⟨

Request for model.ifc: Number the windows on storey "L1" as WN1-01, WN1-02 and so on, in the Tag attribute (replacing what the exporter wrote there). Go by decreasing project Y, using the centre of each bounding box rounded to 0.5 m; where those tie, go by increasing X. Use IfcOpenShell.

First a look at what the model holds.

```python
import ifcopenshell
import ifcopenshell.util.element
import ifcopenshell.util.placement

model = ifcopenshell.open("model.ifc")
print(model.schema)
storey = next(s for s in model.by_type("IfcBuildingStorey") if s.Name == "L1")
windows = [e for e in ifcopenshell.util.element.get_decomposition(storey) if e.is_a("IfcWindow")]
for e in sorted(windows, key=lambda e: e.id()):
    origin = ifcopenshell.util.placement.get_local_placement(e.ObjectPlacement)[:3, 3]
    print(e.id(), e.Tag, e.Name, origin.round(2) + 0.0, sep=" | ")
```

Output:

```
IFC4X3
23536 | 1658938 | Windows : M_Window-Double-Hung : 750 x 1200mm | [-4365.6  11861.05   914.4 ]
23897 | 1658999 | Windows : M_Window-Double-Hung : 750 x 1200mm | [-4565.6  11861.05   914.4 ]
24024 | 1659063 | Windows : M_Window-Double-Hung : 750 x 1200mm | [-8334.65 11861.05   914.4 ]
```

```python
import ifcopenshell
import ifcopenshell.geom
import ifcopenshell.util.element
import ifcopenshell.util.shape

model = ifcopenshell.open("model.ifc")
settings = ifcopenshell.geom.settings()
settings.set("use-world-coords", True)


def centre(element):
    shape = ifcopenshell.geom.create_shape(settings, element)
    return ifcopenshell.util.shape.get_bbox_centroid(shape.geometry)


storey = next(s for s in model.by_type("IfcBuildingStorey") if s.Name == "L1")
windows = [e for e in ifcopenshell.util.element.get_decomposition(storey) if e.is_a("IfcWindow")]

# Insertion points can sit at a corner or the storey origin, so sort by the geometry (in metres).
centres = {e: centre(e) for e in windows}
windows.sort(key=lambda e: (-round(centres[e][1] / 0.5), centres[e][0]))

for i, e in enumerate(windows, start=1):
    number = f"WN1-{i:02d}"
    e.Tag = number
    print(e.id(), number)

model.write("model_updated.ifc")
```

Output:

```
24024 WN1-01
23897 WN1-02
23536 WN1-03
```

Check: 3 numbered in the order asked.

⟩
⟨

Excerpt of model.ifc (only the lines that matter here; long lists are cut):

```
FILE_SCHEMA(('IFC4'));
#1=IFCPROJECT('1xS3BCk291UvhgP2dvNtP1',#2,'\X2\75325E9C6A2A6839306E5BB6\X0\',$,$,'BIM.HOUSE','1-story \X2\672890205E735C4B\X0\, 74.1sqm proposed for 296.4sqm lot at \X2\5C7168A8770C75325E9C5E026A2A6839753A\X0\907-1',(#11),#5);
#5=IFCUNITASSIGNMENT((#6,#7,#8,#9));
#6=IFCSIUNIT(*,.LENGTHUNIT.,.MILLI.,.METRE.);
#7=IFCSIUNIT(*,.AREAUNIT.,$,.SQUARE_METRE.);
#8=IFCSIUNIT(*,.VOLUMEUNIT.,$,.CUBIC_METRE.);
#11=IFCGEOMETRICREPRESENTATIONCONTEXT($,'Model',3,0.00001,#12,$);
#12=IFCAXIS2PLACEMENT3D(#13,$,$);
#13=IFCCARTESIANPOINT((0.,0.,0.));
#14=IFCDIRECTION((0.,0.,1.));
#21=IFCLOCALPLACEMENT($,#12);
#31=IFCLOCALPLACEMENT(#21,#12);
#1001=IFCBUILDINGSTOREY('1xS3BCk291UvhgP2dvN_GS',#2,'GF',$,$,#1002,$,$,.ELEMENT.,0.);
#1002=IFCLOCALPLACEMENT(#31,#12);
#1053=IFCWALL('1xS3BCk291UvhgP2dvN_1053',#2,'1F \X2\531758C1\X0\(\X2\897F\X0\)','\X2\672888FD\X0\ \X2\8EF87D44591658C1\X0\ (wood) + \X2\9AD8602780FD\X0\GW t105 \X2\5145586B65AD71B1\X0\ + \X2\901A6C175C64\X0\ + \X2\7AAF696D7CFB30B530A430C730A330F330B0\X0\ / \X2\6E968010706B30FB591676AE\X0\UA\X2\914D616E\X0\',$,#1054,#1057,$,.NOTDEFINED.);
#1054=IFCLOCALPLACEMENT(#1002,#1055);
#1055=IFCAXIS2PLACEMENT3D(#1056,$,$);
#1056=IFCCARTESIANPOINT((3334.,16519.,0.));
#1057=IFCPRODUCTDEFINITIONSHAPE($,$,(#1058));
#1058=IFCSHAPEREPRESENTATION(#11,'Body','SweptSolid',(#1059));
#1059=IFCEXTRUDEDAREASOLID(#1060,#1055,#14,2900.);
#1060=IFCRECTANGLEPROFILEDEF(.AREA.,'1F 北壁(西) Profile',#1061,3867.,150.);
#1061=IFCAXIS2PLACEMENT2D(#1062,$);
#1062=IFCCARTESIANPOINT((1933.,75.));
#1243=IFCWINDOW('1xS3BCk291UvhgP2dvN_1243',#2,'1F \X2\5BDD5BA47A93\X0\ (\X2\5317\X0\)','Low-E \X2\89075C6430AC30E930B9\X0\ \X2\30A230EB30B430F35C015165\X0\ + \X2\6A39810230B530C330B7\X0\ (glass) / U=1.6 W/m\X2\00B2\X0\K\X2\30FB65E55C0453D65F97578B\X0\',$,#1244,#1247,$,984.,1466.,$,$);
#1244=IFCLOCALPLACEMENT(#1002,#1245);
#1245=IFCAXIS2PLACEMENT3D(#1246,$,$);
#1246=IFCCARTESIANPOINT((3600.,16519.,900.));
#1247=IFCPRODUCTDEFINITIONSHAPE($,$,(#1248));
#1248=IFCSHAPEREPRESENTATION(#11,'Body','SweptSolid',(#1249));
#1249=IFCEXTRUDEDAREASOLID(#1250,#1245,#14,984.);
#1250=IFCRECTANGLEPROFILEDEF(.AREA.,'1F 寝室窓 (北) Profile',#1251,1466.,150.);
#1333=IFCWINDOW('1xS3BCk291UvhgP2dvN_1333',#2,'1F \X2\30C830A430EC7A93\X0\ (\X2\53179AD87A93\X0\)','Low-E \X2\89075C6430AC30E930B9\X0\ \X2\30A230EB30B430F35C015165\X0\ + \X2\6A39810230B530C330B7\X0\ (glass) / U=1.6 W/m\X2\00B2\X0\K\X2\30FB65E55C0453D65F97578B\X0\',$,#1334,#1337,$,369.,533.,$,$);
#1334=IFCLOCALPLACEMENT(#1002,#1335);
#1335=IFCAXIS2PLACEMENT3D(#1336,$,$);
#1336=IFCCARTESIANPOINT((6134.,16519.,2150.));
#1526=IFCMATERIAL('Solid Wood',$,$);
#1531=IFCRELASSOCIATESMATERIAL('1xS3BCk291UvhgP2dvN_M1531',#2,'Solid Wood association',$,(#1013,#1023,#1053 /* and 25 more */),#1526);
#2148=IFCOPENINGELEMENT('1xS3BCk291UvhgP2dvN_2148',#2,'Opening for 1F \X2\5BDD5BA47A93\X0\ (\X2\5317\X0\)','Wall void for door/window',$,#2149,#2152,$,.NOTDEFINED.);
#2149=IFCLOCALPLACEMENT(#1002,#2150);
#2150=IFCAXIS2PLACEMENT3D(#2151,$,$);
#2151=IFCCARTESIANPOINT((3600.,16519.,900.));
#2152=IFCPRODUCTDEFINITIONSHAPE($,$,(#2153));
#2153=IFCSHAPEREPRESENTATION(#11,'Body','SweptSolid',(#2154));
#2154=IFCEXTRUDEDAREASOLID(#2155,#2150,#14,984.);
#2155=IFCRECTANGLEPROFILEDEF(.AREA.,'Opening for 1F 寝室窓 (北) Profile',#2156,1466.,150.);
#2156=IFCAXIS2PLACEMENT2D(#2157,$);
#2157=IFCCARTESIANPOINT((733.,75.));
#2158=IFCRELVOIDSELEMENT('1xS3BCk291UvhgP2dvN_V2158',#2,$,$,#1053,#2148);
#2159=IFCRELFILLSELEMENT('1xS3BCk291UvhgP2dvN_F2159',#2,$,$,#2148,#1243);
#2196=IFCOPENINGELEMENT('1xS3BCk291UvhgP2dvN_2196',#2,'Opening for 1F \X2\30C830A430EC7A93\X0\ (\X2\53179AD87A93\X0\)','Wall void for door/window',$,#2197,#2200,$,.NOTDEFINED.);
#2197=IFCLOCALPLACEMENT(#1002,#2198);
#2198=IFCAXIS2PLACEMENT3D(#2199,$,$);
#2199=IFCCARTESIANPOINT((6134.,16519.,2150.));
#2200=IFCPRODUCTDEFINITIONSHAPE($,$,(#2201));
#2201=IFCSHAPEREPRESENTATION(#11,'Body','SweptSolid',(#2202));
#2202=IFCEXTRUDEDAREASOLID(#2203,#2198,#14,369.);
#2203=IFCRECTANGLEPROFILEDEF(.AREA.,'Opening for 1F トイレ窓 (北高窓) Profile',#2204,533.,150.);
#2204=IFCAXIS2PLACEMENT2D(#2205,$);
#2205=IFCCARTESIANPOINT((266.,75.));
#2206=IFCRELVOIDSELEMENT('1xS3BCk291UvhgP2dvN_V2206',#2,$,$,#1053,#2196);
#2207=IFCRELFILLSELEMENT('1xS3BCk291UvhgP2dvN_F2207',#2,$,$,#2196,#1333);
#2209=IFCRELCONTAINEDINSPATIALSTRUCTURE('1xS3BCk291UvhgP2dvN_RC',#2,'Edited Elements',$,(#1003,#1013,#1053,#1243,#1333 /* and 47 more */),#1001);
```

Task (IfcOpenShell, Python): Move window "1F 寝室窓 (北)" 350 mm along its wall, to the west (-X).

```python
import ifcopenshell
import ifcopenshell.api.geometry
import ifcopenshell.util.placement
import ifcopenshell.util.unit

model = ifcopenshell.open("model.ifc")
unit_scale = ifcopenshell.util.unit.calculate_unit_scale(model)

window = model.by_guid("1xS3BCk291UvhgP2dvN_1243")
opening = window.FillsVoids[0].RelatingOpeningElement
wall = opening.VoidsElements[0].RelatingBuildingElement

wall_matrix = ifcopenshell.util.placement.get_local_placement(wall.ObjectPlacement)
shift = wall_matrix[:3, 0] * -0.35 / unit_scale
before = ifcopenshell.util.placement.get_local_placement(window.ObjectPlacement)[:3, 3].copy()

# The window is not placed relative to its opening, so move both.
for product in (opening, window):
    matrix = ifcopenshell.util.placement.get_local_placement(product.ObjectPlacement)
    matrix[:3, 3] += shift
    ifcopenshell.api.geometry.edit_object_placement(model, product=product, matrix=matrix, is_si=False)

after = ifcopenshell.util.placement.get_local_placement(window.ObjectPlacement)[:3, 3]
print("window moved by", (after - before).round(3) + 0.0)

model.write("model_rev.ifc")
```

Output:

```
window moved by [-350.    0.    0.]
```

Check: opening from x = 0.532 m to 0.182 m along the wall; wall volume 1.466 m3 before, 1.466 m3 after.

⟩
⟨

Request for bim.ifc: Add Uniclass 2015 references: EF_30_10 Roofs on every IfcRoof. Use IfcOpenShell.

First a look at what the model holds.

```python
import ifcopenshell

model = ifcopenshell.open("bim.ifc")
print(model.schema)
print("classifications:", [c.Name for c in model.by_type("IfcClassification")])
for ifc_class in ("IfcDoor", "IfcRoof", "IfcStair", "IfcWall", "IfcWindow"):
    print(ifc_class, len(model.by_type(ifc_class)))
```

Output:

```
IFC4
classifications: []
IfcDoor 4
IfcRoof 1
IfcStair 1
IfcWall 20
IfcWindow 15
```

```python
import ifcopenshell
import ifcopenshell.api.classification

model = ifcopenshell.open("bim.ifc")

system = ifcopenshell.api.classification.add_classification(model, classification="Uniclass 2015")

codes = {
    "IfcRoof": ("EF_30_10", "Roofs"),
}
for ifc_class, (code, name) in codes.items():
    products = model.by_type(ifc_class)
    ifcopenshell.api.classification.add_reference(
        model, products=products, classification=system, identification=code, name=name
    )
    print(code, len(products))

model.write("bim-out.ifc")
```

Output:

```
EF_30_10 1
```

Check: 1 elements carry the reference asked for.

⟩

-- PROBLEM DESCRIPTION --
Search the entries for the word "more", then gather every line that has it.

-- RESPONSE FOR THIS EXERCISE --
#1531=IFCRELASSOCIATESMATERIAL('1xS3BCk291UvhgP2dvN_M1531',#2,'Solid Wood association',$,(#1013,#1023,#1053 /* and 25 more */),#1526);
#2209=IFCRELCONTAINEDINSPATIALSTRUCTURE('1xS3BCk291UvhgP2dvN_RC',#2,'Edited Elements',$,(#1003,#1013,#1053,#1243,#1333 /* and 47 more */),#1001);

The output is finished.